Strong for global queries (“what are the major themes in this corpus?”) that defeat naive chunk retrieval. Expensive to index; cheap at query time once built.

RAPTOR

Sarthi et al. (2024). Recursively cluster chunks and summarize each cluster. Build a hierarchy of summaries above the raw chunks:

Raw chunks
  ↓ cluster + summarize
Cluster summaries
  ↓ cluster + summarize
Higher-level summaries
  ↓ ...

At query time, retrieve from any level. High-level for abstract queries; raw chunks for specific ones.

Multi-vector retrieval

Several vectors per chunk, different “facets”:

Title embedding
Content embedding
Question-style embedding (LLM-generated)
Summary embedding

Search all simultaneously; combine. Sometimes called “multi-representation” retrieval.

A simple version: index both the chunk and an LLM-generated question for that chunk; retrieve against both.
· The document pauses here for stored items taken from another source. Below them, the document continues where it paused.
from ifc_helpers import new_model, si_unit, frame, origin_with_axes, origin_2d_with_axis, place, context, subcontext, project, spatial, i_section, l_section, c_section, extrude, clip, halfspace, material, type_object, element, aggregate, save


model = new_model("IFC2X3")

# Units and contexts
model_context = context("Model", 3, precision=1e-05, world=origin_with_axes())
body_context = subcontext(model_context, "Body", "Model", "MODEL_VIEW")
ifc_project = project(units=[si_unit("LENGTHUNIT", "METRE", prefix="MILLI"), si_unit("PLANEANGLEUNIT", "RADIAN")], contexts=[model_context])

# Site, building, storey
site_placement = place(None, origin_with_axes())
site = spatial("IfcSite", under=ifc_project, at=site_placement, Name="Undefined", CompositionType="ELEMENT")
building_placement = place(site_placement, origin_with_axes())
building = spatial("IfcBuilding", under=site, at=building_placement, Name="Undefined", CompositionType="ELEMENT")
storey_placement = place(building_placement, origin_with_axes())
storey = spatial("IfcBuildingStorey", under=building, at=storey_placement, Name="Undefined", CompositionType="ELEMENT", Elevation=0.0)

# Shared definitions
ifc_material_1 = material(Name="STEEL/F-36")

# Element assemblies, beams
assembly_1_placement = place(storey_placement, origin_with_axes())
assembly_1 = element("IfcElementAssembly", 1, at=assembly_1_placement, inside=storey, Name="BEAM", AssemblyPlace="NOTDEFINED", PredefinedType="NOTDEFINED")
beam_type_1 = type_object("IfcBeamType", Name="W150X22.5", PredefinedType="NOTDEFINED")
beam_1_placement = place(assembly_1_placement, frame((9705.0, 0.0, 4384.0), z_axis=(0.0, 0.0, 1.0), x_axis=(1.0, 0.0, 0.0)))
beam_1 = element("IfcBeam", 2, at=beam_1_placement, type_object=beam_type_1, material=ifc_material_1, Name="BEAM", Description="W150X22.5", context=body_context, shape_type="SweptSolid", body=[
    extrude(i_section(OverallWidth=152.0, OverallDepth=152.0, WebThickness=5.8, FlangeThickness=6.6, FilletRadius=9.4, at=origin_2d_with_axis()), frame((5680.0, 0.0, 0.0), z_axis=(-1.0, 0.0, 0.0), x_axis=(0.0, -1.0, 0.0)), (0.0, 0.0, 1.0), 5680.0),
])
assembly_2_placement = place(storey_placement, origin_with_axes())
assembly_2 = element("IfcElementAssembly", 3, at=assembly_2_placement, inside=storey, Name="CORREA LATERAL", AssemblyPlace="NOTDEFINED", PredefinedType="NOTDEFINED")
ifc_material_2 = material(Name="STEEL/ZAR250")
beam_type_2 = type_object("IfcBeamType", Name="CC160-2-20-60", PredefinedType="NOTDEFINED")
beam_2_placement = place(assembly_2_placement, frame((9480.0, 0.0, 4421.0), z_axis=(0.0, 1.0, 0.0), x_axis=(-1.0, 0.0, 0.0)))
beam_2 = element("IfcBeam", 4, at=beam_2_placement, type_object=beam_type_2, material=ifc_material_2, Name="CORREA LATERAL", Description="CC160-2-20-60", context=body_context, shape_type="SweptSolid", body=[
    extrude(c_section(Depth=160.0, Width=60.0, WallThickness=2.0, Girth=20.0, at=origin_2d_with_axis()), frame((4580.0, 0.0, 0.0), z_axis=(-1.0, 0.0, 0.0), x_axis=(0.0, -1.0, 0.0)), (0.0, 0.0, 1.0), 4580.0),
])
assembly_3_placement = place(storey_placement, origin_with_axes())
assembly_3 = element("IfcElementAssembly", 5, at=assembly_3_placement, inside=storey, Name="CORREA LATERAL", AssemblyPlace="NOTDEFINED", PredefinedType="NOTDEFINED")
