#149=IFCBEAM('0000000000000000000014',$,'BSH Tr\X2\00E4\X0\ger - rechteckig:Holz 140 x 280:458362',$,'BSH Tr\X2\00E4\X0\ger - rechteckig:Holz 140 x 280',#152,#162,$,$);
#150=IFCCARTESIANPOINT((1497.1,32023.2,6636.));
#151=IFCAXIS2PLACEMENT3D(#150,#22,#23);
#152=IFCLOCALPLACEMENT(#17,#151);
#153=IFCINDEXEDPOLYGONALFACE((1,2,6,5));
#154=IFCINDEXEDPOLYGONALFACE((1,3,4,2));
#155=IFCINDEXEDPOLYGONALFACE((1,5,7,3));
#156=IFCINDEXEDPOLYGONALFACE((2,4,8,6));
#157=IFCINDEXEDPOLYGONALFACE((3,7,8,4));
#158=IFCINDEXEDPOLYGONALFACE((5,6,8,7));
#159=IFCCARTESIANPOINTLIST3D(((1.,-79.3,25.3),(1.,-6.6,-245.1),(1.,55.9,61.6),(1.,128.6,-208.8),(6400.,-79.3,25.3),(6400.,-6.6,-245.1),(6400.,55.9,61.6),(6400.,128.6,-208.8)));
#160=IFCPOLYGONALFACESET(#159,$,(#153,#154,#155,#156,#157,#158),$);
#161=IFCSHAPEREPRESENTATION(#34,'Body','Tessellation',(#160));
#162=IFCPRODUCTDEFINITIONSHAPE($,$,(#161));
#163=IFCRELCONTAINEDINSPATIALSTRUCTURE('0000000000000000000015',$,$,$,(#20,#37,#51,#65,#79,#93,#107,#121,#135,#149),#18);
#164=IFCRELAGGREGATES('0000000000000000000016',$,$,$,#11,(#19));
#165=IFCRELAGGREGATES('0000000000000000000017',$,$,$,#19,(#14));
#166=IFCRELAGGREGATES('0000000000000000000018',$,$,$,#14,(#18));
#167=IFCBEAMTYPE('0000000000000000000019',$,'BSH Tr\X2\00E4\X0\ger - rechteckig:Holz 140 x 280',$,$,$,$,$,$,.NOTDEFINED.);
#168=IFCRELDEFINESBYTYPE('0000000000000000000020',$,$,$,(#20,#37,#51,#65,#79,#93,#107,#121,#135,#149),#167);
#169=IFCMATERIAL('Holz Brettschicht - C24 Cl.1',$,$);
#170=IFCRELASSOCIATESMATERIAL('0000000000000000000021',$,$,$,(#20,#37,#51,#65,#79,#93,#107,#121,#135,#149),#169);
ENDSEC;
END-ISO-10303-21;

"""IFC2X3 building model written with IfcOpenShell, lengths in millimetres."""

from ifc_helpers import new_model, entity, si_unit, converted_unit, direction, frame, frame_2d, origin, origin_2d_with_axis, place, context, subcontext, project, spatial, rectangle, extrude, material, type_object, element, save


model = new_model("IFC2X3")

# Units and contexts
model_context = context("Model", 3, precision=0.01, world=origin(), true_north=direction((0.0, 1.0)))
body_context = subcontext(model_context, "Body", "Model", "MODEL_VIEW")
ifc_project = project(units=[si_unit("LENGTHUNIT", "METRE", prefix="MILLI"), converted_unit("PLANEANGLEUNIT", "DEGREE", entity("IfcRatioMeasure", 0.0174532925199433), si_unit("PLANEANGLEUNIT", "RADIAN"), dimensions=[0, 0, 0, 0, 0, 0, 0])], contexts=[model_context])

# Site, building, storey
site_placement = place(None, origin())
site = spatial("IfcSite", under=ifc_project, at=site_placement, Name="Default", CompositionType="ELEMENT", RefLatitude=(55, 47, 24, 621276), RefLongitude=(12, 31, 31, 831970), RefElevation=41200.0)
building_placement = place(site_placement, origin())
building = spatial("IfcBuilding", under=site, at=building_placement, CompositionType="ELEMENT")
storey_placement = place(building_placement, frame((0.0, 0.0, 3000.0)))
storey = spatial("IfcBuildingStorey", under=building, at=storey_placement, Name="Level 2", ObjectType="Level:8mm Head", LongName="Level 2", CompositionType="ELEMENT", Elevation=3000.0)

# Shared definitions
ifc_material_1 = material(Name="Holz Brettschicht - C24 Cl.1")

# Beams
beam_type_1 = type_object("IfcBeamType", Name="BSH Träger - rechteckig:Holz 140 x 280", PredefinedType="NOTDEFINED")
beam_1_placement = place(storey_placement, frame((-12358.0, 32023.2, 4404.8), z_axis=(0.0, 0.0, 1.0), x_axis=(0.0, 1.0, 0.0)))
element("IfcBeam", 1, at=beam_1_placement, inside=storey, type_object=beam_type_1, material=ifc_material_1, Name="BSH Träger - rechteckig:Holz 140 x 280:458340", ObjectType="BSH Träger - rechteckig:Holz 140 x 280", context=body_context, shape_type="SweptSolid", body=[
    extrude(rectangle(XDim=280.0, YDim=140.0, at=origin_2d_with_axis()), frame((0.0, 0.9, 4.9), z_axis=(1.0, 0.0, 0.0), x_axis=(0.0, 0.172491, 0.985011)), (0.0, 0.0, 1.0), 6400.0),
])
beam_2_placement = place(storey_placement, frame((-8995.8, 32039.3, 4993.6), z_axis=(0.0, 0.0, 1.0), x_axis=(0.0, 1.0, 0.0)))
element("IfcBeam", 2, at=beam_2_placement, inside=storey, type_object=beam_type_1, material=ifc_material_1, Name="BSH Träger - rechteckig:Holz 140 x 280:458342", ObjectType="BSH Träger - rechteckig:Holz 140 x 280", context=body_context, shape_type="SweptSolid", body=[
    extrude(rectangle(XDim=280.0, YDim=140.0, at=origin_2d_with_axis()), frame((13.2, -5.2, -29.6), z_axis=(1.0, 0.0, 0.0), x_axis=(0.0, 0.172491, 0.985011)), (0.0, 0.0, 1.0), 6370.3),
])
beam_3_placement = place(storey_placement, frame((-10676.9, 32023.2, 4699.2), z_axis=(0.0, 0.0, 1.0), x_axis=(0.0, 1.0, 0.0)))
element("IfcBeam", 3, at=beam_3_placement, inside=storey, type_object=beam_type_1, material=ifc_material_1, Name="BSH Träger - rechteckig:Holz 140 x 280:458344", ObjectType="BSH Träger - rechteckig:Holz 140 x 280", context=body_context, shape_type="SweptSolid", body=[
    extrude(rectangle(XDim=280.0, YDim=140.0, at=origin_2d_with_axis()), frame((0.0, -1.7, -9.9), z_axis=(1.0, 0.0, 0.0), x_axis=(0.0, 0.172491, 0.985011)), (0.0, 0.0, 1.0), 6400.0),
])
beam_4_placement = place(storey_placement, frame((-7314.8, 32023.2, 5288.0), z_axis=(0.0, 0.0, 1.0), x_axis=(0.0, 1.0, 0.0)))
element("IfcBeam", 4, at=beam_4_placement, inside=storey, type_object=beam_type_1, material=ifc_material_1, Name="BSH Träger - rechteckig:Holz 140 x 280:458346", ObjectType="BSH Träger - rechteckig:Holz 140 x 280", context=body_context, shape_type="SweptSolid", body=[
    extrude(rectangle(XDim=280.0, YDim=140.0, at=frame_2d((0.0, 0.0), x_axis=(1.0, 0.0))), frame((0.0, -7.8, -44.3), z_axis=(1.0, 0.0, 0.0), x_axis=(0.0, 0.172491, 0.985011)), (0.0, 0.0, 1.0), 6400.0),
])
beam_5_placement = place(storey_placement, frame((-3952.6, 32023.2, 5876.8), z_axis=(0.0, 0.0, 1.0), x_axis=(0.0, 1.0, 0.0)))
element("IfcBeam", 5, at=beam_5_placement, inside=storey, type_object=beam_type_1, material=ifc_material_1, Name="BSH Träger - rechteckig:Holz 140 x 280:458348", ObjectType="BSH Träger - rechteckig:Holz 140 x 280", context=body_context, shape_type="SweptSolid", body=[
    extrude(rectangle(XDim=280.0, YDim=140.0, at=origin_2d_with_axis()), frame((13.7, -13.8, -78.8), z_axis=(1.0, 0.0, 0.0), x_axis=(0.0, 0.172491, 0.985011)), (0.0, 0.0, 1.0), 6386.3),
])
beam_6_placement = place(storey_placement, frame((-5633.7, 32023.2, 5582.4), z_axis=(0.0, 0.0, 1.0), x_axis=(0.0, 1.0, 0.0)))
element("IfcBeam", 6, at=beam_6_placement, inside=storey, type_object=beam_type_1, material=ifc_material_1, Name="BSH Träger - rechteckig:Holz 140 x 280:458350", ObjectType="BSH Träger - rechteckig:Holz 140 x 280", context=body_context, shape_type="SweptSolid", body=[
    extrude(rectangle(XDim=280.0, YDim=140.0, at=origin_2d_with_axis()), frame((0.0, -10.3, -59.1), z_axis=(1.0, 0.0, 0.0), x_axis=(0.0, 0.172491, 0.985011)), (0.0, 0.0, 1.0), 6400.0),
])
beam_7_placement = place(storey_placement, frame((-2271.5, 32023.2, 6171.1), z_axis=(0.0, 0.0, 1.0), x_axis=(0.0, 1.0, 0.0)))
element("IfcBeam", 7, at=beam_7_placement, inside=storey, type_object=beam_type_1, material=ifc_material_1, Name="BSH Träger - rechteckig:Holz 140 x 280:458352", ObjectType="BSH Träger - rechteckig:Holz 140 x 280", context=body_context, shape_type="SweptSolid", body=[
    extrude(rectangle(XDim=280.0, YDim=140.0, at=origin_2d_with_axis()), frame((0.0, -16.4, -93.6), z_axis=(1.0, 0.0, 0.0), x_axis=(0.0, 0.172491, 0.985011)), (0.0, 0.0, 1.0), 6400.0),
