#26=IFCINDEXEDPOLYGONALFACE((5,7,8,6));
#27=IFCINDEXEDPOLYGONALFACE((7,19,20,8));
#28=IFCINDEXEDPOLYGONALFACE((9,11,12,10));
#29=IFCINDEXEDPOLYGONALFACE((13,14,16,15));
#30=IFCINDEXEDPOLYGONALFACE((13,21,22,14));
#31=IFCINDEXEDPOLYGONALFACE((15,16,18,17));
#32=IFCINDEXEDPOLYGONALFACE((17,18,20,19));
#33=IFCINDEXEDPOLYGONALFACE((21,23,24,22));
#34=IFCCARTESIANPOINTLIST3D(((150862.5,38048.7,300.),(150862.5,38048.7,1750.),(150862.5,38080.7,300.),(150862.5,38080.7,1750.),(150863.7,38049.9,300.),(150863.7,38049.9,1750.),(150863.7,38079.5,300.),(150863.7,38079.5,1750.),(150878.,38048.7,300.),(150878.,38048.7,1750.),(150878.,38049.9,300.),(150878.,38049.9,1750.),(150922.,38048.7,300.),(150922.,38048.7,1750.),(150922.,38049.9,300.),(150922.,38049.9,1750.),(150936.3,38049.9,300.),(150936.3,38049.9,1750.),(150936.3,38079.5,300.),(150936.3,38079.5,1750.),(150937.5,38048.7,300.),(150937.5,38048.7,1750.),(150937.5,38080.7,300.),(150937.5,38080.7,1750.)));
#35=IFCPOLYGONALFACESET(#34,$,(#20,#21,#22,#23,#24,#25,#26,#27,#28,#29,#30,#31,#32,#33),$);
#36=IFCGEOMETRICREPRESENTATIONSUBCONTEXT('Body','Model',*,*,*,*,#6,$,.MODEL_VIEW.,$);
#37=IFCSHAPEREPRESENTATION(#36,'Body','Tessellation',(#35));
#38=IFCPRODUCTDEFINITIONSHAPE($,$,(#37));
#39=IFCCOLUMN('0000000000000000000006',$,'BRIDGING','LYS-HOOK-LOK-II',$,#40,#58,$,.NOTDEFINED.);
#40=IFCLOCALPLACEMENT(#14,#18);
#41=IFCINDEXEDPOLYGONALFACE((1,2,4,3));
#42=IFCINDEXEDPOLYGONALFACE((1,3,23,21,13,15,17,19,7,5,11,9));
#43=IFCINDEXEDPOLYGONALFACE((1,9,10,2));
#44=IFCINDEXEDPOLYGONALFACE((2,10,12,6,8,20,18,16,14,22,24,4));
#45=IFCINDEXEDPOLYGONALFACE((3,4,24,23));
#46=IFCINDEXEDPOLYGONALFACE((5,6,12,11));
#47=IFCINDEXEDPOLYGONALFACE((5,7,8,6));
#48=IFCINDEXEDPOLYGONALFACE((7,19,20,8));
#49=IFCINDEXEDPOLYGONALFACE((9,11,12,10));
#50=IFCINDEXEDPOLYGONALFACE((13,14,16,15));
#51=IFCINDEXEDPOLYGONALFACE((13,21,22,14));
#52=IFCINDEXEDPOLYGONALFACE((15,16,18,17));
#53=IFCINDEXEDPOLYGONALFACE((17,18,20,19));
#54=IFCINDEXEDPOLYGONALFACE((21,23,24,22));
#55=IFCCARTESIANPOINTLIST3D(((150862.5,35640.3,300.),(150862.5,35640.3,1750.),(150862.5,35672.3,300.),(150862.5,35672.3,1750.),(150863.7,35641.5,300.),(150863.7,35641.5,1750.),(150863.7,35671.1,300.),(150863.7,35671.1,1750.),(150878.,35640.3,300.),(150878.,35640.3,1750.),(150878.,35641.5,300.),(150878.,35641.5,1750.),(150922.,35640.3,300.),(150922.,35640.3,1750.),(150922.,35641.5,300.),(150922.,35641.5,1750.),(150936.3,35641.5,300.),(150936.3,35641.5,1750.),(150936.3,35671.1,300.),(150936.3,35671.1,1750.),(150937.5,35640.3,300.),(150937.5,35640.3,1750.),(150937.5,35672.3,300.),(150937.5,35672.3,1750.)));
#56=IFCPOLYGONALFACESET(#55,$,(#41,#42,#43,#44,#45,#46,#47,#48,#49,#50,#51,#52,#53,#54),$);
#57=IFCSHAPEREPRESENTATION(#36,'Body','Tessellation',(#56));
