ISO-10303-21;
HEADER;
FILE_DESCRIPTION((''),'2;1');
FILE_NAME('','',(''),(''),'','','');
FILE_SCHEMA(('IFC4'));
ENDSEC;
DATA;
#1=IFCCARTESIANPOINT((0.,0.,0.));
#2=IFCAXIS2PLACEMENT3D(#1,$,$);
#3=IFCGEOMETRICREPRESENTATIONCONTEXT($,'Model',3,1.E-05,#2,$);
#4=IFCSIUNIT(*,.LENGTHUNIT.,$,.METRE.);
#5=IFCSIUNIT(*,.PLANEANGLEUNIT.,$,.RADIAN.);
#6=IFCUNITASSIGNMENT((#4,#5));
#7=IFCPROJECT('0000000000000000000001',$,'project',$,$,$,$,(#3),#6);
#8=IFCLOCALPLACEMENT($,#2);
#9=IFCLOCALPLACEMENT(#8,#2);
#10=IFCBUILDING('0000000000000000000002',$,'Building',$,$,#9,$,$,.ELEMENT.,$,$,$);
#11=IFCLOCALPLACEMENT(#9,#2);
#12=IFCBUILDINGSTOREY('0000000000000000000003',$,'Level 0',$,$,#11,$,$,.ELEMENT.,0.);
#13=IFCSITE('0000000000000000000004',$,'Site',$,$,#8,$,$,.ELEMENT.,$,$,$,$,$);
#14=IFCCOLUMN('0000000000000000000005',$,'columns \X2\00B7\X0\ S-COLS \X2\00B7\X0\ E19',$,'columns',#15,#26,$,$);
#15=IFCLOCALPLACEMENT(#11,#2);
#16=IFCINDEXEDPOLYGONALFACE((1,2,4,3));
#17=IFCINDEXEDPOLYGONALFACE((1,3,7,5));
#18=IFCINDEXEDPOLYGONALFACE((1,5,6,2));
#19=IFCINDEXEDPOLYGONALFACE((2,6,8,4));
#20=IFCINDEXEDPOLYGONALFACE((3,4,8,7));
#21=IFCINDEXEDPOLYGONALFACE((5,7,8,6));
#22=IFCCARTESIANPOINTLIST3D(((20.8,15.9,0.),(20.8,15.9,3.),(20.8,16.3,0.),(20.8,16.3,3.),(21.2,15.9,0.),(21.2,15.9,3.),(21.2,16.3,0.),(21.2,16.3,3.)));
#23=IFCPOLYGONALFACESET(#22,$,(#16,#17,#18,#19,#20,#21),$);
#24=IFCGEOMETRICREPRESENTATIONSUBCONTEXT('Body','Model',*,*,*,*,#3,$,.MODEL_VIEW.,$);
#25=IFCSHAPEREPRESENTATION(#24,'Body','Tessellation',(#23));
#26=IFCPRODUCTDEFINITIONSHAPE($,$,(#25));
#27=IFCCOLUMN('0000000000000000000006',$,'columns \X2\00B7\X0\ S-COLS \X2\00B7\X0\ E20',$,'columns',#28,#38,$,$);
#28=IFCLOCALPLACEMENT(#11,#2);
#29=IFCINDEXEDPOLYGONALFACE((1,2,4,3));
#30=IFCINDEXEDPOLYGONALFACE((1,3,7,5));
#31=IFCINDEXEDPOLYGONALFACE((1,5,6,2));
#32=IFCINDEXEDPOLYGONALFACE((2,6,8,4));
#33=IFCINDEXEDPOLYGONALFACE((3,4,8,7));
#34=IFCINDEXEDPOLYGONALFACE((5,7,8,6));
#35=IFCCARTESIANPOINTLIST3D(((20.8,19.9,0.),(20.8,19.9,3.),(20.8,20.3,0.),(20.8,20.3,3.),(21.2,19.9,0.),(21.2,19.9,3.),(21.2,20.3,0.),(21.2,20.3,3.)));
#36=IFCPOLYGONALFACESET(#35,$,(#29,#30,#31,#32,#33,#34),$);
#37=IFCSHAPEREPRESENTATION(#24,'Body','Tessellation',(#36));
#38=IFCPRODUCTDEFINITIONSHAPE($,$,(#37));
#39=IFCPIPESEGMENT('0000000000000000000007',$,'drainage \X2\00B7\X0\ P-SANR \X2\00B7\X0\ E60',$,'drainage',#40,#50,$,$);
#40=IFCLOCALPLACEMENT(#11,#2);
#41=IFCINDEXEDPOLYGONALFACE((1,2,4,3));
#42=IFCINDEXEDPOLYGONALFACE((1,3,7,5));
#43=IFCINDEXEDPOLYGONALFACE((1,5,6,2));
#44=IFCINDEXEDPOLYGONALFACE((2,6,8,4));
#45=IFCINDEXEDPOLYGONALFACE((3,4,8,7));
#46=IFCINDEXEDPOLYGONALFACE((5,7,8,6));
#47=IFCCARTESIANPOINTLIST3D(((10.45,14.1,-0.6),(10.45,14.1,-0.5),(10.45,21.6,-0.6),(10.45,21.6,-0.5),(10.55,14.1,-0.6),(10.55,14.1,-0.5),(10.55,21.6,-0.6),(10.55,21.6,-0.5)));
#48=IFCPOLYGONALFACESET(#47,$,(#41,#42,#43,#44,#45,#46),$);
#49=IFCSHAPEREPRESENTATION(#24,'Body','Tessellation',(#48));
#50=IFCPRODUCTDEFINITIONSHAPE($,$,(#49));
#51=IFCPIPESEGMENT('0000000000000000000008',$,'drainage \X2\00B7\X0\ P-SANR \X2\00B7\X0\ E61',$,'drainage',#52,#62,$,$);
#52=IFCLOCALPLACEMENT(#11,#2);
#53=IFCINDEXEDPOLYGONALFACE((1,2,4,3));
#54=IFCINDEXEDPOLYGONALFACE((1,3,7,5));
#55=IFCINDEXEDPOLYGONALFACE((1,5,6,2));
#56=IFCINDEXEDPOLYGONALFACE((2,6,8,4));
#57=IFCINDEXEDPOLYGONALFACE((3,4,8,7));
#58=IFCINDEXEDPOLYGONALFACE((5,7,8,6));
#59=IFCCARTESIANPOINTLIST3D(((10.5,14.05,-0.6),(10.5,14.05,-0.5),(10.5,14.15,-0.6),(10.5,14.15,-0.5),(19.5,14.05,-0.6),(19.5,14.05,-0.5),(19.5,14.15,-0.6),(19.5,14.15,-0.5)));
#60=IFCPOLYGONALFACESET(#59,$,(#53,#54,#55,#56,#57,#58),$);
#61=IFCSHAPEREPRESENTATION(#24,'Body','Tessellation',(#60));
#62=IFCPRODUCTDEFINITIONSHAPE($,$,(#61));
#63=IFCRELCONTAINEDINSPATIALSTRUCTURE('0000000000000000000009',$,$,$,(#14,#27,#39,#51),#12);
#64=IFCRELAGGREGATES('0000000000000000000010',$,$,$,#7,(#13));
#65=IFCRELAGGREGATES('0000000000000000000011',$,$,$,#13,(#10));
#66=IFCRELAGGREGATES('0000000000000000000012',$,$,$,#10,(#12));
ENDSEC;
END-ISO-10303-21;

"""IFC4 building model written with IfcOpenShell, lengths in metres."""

from ifc_helpers import new_model, si_unit, frame, origin, place, context, subcontext, project, spatial, polyline, outline, extrude, element, save


model = new_model("IFC4")

# Units and contexts
model_context = context("Model", 3, precision=1e-05, world=origin())
body_context = subcontext(model_context, "Body", "Model", "MODEL_VIEW")
ifc_project = project(units=[si_unit("LENGTHUNIT", "METRE"), si_unit("PLANEANGLEUNIT", "RADIAN")], contexts=[model_context])

# Site, building, storey
site_placement = place(None, origin())
site = spatial("IfcSite", under=ifc_project, at=site_placement, Name="Site", CompositionType="ELEMENT")
building_placement = place(site_placement, origin())
building = spatial("IfcBuilding", under=site, at=building_placement, Name="Building", CompositionType="ELEMENT")
storey_placement = place(building_placement, origin())
storey = spatial("IfcBuildingStorey", under=building, at=storey_placement, Name="Level 0", CompositionType="ELEMENT", Elevation=0.0)

# Columns
column_1_placement = place(storey_placement, origin())
element("IfcColumn", 1, at=column_1_placement, inside=storey, Name="columns · S-COLS · E19", ObjectType="columns", context=body_context, shape_type="SweptSolid", body=[
    extrude(outline(polyline([(20.8, 15.9), (21.2, 15.9), (21.2, 16.3), (20.8, 16.3), (20.8, 15.9)])), origin(), (0.0, 0.0, 1.0), 3.0),
])
column_2_placement = place(storey_placement, origin())
element("IfcColumn", 2, at=column_2_placement, inside=storey, Name="columns · S-COLS · E20", ObjectType="columns", context=body_context, shape_type="SweptSolid", body=[
    extrude(outline(polyline([(20.8, 19.9), (21.2, 19.9), (21.2, 20.3), (20.8, 20.3), (20.8, 19.9)])), origin(), (0.0, 0.0, 1.0), 3.0),
])

# Pipe segments
pipe_segment_1_placement = place(storey_placement, frame((0.0, 0.0, -0.6)))
element("IfcPipeSegment", 3, at=pipe_segment_1_placement, inside=storey, Name="drainage · P-SANR · E60", ObjectType="drainage", context=body_context, shape_type="SweptSolid", body=[
    extrude(outline(polyline([(10.45, 21.6), (10.45, 14.1), (10.55, 14.1), (10.55, 21.6), (10.45, 21.6)])), origin(), (0.0, 0.0, 1.0), 0.1),
])
pipe_segment_2_placement = place(storey_placement, frame((0.0, 0.0, -0.6)))
element("IfcPipeSegment", 4, at=pipe_segment_2_placement, inside=storey, Name="drainage · P-SANR · E61", ObjectType="drainage", context=body_context, shape_type="SweptSolid", body=[
    extrude(outline(polyline([(10.5, 14.05), (19.5, 14.05), (19.5, 14.15), (10.5, 14.15), (10.5, 14.05)])), origin(), (0.0, 0.0, 1.0), 0.1),
])

save(model, "model.ifc")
Late interaction (ColBERT)

We introduced this in embedding-models-for-retrieval.md. Multi-vector per chunk; query interacts with each token, max-pooled per chunk.

Higher quality than single-vector retrieval, but more storage and compute. Often used as a re-ranking step over top-100.

Time-aware retrieval

For knowledge that drifts:

Index documents with created_at and valid_until.
Boost more recent docs at retrieval time.
Filter explicitly when freshness matters.

Summary of when to use each

Pattern	When
Query rewriting	Conversational queries, vague queries
Query decomposition	Multi-part, multi-hop questions
HyDE	Short queries, semantic queries
FLARE	Long-form grounded generation
Self-RAG	When you can fine-tune; high-stakes grounding
Corrective RAG	Mixed-quality knowledge bases
Agentic RAG	Complex queries needing iteration
GraphRAG	Abstract / corpus-level queries
RAPTOR	Hierarchical knowledge, mixed query granularity
Late interaction (ColBERT)	High-precision rerank
Multi-vector	When chunks have multiple “angles”

Don’t reach for these too early

A naive RAG with good embeddings, hybrid search, and a re-ranker covers most cases. Add complexity when:

You’ve measured a specific failure mode.
You have an eval set to verify the new technique helps.
The complexity is justified by the gain.

Premature complexity is the #1 RAG anti-pattern. Each new layer is another thing to debug, monitor, and pay for.